» WORK ITEM:
Among the records below, find each line bearing the word "IFCWALL" and copy it.

= Beginning of Section =

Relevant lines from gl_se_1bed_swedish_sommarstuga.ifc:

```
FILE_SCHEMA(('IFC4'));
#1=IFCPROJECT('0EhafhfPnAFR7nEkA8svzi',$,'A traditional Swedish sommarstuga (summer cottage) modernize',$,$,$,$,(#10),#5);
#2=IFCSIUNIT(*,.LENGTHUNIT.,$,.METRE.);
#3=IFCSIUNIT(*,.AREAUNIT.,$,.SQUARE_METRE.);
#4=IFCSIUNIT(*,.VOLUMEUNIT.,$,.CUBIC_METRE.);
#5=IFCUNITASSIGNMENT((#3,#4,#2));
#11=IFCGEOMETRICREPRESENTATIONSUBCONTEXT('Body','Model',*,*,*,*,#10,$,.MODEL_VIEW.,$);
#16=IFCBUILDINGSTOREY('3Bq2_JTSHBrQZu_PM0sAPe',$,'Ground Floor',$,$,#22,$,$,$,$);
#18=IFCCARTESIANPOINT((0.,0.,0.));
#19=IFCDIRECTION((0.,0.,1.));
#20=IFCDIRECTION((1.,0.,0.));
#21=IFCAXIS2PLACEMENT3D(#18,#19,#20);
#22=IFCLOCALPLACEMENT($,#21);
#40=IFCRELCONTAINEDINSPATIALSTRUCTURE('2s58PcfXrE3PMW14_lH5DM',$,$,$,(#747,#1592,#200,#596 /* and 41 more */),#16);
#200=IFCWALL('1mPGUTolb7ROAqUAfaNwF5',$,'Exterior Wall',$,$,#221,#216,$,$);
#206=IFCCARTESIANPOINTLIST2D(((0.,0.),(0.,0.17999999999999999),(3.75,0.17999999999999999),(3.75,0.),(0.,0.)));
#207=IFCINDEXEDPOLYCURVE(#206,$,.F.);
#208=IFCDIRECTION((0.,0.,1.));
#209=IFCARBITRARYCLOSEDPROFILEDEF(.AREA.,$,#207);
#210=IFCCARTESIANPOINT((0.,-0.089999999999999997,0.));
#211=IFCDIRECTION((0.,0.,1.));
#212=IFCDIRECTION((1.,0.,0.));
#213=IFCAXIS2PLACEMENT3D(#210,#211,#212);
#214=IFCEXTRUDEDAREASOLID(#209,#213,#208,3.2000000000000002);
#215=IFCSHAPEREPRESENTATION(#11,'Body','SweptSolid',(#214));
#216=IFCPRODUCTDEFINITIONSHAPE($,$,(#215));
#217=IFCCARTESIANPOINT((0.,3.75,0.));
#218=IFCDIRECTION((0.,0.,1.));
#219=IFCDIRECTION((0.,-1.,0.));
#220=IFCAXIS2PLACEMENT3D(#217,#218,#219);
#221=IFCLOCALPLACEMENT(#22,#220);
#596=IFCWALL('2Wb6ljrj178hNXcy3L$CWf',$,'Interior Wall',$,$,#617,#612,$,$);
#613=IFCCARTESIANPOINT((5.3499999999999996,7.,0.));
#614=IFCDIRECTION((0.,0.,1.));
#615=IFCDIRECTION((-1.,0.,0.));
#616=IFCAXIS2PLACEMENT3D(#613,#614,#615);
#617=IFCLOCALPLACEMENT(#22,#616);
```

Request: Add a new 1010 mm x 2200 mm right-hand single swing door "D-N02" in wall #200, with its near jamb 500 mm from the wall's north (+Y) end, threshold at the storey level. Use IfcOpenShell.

```python
import numpy as np
import ifcopenshell
import ifcopenshell.api.feature
import ifcopenshell.api.geometry
import ifcopenshell.api.root
import ifcopenshell.api.spatial
import ifcopenshell.geom
import ifcopenshell.util.element
import ifcopenshell.util.placement
import ifcopenshell.util.representation
import ifcopenshell.util.shape
import ifcopenshell.util.unit

model = ifcopenshell.open("gl_se_1bed_swedish_sommarstuga.ifc")
unit_scale = ifcopenshell.util.unit.calculate_unit_scale(model)
settings = ifcopenshell.geom.settings()


def volume(element):
    """Net volume in cubic metres, openings subtracted."""
    shape = ifcopenshell.geom.create_shape(settings, element)
    return ifcopenshell.util.shape.get_volume(shape.geometry)


wall = model.by_guid("1mPGUTolb7ROAqUAfaNwF5")
storey = ifcopenshell.util.element.get_container(wall, ifc_class="IfcBuildingStorey")
context = ifcopenshell.util.representation.get_context(model, "Model", "Body", "MODEL_VIEW")
before = volume(wall)

width, height, from_end, sill = 1.01, 2.2, 0.5, 0.0  # metres

# The wall runs along its own X axis, and the end named is its -X end.
wall_shape = ifcopenshell.geom.create_shape(settings, wall)
x, y, z = ifcopenshell.util.shape.get_vertices(wall_shape.geometry).T
start = x.min() + from_end
face, thickness = float(y.min()), float(y.max() - y.min())
wall_matrix = ifcopenshell.util.placement.get_local_placement(wall.ObjectPlacement)
level = ifcopenshell.util.placement.get_local_placement(storey.ObjectPlacement)[2, 3]


def in_wall(x, y):
    """Placement at x, y metres in the wall's axes, at sill height."""
    matrix = wall_matrix.copy()
    matrix[:, 3] = wall_matrix @ np.array([x / unit_scale, y / unit_scale, 0.0, 1.0])
    matrix[2, 3] = level + sill / unit_scale
    return matrix


# Opening: a box that overshoots both wall faces by 50 mm.
opening = ifcopenshell.api.root.create_entity(model, ifc_class="IfcOpeningElement", predefined_type="OPENING")
box = ifcopenshell.api.geometry.add_wall_representation(
    model, context=context, length=width, height=height, thickness=thickness + 0.1
)
ifcopenshell.api.geometry.assign_representation(model, product=opening, representation=box)
ifcopenshell.api.geometry.edit_object_placement(model, product=opening, matrix=in_wall(start, face - 0.05), is_si=False)
ifcopenshell.api.feature.add_feature(model, feature=opening, element=wall)

door = ifcopenshell.api.root.create_entity(model, ifc_class="IfcDoor", name="D-N02", predefined_type="DOOR")
door.OverallWidth, door.OverallHeight = width / unit_scale, height / unit_scale
door.OperationType = "SINGLE_SWING_RIGHT"
body = ifcopenshell.api.geometry.add_door_representation(
    model,
    context=context,
    overall_width=door.OverallWidth,
    overall_height=door.OverallHeight,
    operation_type="SINGLE_SWING_RIGHT",
    lining_properties={"LiningDepth": thickness / unit_scale, "ThresholdDepth": thickness / unit_scale},
)
ifcopenshell.api.geometry.assign_representation(model, product=door, representation=body)
ifcopenshell.api.spatial.assign_container(model, products=[door], relating_structure=storey)
ifcopenshell.api.feature.add_filling(model, opening=opening, element=door)

# The lining spans the wall, so the door starts at the wall face.
ifcopenshell.api.geometry.edit_object_placement(model, product=door, matrix=in_wall(start, face), is_si=False)

after = volume(wall)

print(f"wall volume {before:.3f} -> {after:.3f} m3")

model.write("gl_se_1bed_swedish_sommarstuga-out.ifc")
```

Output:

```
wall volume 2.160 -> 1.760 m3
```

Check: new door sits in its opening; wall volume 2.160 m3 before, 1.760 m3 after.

= End of Section =

» RESPONSE BOX:
#200=IFCWALL('1mPGUTolb7ROAqUAfaNwF5',$,'Exterior Wall',$,$,#221,#216,$,$);
#596=IFCWALL('2Wb6ljrj178hNXcy3L$CWf',$,'Interior Wall',$,$,#617,#612,$,$);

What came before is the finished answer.